# Exercise directions:
Within the listing, how many lines hold the word "CONTINUOUS"? Give the number by itself.

# Material shown:
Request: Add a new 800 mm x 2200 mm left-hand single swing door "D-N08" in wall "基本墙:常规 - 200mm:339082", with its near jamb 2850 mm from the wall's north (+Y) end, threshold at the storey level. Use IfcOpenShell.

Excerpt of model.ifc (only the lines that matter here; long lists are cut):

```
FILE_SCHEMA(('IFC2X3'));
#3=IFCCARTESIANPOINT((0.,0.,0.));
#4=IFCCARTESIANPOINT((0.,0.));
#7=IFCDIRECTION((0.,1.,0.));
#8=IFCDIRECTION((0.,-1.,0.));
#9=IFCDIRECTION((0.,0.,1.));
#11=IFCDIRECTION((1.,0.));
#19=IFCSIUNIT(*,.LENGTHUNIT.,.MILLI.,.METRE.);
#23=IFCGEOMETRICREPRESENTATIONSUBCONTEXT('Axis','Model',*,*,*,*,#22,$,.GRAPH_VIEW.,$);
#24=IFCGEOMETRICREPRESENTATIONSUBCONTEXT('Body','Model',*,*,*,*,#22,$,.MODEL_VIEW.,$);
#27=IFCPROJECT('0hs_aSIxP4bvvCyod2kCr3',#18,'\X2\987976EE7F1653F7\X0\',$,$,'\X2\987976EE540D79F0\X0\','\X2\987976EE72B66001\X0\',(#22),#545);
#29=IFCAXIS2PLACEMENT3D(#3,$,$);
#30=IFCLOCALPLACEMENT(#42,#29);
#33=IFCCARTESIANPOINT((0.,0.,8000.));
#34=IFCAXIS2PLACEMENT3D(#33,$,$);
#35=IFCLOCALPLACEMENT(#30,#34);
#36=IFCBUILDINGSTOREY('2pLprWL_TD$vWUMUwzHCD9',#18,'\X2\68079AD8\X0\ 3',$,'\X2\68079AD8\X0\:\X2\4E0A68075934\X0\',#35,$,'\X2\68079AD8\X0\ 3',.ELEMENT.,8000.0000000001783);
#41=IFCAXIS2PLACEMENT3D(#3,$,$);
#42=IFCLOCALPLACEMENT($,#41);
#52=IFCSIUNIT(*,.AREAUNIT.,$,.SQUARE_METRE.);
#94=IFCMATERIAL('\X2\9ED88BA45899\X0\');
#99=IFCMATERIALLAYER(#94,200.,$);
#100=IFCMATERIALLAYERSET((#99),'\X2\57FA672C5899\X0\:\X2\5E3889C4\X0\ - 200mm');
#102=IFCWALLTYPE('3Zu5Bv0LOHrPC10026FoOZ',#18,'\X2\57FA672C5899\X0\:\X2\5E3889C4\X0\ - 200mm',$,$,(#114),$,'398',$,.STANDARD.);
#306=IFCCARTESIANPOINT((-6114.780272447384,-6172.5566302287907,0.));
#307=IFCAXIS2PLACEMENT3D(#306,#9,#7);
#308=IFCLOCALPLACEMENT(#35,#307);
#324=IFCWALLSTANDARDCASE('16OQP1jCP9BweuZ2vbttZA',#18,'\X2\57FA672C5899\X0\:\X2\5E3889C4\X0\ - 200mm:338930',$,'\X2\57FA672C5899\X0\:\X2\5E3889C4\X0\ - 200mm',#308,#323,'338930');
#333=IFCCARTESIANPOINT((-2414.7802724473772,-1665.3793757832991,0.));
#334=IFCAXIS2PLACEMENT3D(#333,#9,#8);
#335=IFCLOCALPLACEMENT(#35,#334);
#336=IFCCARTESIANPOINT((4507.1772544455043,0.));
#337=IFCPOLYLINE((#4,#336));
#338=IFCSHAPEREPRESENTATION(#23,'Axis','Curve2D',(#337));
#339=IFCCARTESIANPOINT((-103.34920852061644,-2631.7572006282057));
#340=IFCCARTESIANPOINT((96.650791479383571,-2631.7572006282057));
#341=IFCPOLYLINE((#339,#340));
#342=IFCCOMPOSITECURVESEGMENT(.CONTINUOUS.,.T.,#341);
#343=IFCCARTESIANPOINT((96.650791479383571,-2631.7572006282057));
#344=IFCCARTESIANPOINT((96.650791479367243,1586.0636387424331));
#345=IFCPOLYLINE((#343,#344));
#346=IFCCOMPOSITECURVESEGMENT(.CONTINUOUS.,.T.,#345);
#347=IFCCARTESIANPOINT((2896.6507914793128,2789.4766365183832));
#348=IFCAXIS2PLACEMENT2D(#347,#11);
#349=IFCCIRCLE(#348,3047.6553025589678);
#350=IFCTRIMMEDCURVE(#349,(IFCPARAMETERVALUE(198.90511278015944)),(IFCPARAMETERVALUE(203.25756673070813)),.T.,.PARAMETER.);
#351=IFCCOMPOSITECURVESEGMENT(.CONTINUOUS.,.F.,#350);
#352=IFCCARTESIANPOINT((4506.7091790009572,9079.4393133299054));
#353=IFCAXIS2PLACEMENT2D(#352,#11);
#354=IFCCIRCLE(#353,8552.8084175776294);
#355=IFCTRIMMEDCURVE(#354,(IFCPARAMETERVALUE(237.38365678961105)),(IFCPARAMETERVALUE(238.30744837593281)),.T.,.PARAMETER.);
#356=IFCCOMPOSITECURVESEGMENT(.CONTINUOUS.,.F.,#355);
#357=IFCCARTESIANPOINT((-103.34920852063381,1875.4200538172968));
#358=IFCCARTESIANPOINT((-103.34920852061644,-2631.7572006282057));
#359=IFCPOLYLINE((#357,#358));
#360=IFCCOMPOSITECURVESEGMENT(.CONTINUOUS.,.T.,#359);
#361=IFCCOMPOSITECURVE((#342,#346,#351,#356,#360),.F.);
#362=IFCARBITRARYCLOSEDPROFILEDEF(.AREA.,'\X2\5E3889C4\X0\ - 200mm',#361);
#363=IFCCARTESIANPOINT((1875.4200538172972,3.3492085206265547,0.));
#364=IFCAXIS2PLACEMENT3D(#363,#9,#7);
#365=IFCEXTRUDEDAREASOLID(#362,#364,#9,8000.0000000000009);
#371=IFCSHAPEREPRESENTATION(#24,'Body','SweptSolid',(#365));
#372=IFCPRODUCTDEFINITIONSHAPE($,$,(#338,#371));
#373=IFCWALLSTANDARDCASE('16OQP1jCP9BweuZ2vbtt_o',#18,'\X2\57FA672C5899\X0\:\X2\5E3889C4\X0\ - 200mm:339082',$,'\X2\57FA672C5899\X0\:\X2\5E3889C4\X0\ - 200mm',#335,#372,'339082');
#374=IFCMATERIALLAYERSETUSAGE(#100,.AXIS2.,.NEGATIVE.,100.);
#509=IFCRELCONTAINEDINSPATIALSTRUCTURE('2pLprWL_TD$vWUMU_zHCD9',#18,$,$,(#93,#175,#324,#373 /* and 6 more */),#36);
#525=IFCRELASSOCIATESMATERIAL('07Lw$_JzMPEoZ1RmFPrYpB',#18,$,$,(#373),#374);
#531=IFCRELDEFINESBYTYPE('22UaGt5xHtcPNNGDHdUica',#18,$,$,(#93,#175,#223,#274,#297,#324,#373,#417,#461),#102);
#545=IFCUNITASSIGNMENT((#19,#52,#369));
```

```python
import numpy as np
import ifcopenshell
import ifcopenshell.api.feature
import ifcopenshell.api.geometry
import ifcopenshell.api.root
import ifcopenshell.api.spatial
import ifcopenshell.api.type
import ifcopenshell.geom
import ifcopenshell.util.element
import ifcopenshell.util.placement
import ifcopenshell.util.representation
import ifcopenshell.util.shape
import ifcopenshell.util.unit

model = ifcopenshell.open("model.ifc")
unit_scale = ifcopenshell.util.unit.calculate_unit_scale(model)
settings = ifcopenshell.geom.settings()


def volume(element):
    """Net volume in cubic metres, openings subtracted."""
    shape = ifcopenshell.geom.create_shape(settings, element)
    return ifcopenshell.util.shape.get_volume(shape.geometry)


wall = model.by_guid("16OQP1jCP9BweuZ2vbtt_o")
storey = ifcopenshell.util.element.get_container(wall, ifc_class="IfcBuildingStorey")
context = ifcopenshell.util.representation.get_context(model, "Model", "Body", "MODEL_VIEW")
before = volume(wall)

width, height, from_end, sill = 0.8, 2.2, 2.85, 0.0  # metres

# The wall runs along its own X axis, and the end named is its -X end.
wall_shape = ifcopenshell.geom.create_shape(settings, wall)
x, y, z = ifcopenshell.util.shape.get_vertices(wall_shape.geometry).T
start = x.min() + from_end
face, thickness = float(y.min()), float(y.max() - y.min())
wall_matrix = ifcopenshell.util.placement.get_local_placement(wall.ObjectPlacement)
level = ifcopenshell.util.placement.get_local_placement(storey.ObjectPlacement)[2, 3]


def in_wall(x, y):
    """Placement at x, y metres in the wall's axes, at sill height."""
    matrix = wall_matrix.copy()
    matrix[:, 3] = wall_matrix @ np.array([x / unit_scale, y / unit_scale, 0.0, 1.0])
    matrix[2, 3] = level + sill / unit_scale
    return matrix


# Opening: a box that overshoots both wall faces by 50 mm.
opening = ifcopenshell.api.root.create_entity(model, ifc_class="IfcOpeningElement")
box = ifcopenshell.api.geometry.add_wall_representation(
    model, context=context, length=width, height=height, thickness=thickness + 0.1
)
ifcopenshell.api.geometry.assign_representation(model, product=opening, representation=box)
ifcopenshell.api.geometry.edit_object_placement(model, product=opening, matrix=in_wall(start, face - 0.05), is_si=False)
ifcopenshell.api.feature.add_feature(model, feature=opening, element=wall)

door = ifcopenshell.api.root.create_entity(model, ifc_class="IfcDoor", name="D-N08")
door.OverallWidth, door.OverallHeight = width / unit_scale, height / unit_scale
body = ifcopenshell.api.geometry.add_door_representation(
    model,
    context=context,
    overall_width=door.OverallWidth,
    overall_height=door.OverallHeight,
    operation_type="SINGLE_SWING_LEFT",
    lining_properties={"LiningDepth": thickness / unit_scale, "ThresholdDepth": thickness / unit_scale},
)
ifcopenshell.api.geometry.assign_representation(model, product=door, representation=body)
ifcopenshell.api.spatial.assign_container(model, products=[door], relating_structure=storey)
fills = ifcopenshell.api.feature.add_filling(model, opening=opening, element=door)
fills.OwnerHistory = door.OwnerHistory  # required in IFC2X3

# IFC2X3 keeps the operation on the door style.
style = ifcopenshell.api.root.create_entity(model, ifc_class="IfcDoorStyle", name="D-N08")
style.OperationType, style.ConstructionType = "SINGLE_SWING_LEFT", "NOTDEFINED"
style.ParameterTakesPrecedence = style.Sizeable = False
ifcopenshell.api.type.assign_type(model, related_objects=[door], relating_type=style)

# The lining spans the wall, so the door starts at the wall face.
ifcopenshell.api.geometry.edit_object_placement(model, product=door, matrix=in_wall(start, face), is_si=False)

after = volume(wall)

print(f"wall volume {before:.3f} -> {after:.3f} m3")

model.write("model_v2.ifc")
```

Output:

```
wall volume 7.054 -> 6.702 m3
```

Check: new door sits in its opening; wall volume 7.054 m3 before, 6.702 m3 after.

# Completed exercise:
5